[Start of Attachment]

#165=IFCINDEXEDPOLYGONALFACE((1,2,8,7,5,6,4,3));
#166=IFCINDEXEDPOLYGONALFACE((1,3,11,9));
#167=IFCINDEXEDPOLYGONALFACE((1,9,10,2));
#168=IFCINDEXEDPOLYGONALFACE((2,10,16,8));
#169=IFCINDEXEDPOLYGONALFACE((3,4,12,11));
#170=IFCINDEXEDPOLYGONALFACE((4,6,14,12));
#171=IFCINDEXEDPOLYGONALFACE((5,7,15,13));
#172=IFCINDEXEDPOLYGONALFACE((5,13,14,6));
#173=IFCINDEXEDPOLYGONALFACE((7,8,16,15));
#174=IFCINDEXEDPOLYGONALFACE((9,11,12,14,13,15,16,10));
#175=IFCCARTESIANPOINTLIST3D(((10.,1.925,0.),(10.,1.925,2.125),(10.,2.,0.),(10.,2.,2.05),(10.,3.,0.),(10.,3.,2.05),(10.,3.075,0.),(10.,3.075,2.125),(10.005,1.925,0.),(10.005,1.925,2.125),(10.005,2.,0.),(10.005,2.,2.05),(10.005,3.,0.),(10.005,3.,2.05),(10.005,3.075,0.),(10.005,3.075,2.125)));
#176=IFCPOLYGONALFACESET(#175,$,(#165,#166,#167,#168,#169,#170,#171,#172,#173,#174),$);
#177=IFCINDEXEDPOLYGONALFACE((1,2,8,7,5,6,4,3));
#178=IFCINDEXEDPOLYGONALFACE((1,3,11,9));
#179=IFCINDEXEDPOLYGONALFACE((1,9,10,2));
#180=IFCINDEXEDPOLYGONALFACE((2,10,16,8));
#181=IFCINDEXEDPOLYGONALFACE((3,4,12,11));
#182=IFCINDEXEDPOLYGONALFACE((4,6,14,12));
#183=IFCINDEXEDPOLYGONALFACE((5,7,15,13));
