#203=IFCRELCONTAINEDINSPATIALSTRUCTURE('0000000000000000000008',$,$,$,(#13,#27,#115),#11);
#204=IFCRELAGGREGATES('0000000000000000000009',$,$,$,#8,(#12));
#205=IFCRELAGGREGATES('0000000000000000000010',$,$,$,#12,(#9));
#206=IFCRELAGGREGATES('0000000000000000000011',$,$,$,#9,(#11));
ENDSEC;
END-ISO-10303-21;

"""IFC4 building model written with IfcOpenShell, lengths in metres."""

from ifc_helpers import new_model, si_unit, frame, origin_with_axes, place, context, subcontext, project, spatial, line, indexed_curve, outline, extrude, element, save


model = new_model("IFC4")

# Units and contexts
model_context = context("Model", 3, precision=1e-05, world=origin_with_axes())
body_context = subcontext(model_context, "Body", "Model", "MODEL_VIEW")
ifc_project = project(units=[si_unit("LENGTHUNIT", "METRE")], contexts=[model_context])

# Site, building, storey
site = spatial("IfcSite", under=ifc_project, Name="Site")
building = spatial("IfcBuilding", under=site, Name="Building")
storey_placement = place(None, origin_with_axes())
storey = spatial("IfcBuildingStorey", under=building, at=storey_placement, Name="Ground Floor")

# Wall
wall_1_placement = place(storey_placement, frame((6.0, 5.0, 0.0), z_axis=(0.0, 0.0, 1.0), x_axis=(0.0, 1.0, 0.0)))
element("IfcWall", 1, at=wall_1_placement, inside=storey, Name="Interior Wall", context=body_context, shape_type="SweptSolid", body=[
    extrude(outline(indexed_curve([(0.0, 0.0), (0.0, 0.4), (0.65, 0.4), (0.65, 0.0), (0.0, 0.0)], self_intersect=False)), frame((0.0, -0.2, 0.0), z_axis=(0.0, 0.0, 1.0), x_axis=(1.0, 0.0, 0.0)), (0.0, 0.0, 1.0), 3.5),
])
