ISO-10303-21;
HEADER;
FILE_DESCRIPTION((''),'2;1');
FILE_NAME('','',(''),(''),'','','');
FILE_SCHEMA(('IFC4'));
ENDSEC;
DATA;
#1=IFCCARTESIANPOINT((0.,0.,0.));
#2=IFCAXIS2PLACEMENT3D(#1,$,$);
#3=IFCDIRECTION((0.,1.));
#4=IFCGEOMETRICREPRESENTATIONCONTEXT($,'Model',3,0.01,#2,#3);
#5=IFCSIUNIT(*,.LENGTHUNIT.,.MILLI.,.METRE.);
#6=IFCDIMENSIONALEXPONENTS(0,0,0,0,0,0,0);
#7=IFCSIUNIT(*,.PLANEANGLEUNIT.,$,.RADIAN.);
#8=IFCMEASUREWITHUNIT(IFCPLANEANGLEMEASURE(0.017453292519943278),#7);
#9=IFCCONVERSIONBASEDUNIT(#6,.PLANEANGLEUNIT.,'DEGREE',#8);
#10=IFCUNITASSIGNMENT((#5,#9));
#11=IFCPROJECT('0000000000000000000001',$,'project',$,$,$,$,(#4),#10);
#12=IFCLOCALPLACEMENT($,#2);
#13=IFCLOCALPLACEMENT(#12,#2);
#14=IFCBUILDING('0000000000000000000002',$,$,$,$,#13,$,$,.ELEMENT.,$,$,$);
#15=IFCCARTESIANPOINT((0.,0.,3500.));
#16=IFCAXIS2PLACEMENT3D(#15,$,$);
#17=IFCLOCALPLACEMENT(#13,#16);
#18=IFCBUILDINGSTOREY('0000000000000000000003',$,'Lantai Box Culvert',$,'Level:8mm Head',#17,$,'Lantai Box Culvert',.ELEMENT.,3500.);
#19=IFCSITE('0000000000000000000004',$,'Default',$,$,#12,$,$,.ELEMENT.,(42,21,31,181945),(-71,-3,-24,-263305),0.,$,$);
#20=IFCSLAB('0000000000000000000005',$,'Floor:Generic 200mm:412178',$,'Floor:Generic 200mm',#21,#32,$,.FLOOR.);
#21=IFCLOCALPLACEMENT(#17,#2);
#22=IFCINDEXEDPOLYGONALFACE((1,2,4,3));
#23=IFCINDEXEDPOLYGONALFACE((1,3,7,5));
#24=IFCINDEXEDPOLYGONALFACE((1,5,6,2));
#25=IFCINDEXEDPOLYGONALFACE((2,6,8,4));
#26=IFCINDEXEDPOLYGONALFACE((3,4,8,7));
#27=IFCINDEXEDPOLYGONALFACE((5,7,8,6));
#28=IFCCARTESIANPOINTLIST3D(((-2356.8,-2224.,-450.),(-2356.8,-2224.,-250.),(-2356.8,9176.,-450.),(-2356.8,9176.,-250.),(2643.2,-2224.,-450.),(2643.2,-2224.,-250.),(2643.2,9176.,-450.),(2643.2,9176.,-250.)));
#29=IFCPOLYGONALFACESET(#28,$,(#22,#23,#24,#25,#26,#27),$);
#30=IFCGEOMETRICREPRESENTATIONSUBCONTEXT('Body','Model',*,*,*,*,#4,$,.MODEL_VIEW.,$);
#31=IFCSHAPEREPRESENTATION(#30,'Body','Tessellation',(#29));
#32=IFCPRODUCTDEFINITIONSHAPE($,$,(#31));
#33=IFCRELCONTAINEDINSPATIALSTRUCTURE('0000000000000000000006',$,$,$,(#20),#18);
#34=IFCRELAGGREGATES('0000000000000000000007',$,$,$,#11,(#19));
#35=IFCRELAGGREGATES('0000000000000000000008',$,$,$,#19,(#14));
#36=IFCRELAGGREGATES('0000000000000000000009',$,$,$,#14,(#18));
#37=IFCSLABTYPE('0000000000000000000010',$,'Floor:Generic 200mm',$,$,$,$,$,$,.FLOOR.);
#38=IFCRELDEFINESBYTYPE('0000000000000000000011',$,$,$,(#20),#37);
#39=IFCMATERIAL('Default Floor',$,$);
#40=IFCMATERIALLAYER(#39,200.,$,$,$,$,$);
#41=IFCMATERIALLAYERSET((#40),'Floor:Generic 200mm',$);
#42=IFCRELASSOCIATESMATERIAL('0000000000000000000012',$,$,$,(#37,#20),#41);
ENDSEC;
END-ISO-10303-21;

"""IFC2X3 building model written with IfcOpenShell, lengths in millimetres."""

from ifc_helpers import new_model, entity, si_unit, converted_unit, direction, frame, frame_2d, origin, place, context, subcontext, project, spatial, rectangle, extrude, material, layer, layer_set, layer_usage, type_object, element, save


model = new_model("IFC2X3")

# Units and contexts
model_context = context("Model", 3, precision=0.01, world=origin(), true_north=direction((0.0, 1.0)))
body_context = subcontext(model_context, "Body", "Model", "MODEL_VIEW")
ifc_project = project(units=[si_unit("LENGTHUNIT", "METRE", prefix="MILLI"), converted_unit("PLANEANGLEUNIT", "DEGREE", entity("IfcPlaneAngleMeasure", 0.017453292519943278), si_unit("PLANEANGLEUNIT", "RADIAN"), dimensions=[0, 0, 0, 0, 0, 0, 0])], contexts=[model_context])

# Site, building, storey
site_placement = place(None, origin())
site = spatial("IfcSite", under=ifc_project, at=site_placement, Name="Default", CompositionType="ELEMENT", RefLatitude=(42, 21, 31, 181945), RefLongitude=(-71, -3, -24, -263305), RefElevation=0.0)
building_placement = place(site_placement, origin())
building = spatial("IfcBuilding", under=site, at=building_placement, CompositionType="ELEMENT")
storey_placement = place(building_placement, frame((0.0, 0.0, 3500.0)))
storey = spatial("IfcBuildingStorey", under=building, at=storey_placement, Name="Lantai Box Culvert", ObjectType="Level:8mm Head", LongName="Lantai Box Culvert", CompositionType="ELEMENT", Elevation=3500.0)

# Slab
ifc_material = material(Name="Default Floor")
ifc_layer = layer(ifc_material, 200.0)
ifc_layer_set = layer_set([ifc_layer], Name="Floor:Generic 200mm")
ifc_layer_usage = layer_usage(ifc_layer_set, "AXIS3", "POSITIVE", 0.0)
slab_type = type_object("IfcSlabType", Name="Floor:Generic 200mm", PredefinedType="FLOOR", material=ifc_layer_set)
slab_placement = place(storey_placement, origin())
element("IfcSlab", 1, at=slab_placement, inside=storey, type_object=slab_type, material=ifc_layer_usage, Name="Floor:Generic 200mm:412178", ObjectType="Floor:Generic 200mm", PredefinedType="FLOOR", context=body_context, shape_type="SweptSolid", body=[
    extrude(rectangle(XDim=11400.0, YDim=5000.0, at=frame_2d((0.0, 0.0), x_axis=(1.0, 0.0))), frame((143.2, 3476.0, -250.0), z_axis=(0.0, 0.0, -1.0), x_axis=(0.0, 1.0, 0.0)), (0.0, 0.0, 1.0), 200.0),
])

save(model, "model.ifc")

[End of Attachment]

→ **YOUR GOAL**:
Exactly those lines that run from the start of the listing to the line containing "#180=IFCINDEXEDPOLYGONALFACE((2,10,16,8));" should be output, and no others.

→ **YOUR SOLUTION**:
#165=IFCINDEXEDPOLYGONALFACE((1,2,8,7,5,6,4,3));
#166=IFCINDEXEDPOLYGONALFACE((1,3,11,9));
#167=IFCINDEXEDPOLYGONALFACE((1,9,10,2));
#168=IFCINDEXEDPOLYGONALFACE((2,10,16,8));
#169=IFCINDEXEDPOLYGONALFACE((3,4,12,11));
#170=IFCINDEXEDPOLYGONALFACE((4,6,14,12));
#171=IFCINDEXEDPOLYGONALFACE((5,7,15,13));
#172=IFCINDEXEDPOLYGONALFACE((5,13,14,6));
#173=IFCINDEXEDPOLYGONALFACE((7,8,16,15));
#174=IFCINDEXEDPOLYGONALFACE((9,11,12,14,13,15,16,10));
#175=IFCCARTESIANPOINTLIST3D(((10.,1.925,0.),(10.,1.925,2.125),(10.,2.,0.),(10.,2.,2.05),(10.,3.,0.),(10.,3.,2.05),(10.,3.075,0.),(10.,3.075,2.125),(10.005,1.925,0.),(10.005,1.925,2.125),(10.005,2.,0.),(10.005,2.,2.05),(10.005,3.,0.),(10.005,3.,2.05),(10.005,3.075,0.),(10.005,3.075,2.125)));
#176=IFCPOLYGONALFACESET(#175,$,(#165,#166,#167,#168,#169,#170,#171,#172,#173,#174),$);
#177=IFCINDEXEDPOLYGONALFACE((1,2,8,7,5,6,4,3));
#178=IFCINDEXEDPOLYGONALFACE((1,3,11,9));
#179=IFCINDEXEDPOLYGONALFACE((1,9,10,2));
#180=IFCINDEXEDPOLYGONALFACE((2,10,16,8));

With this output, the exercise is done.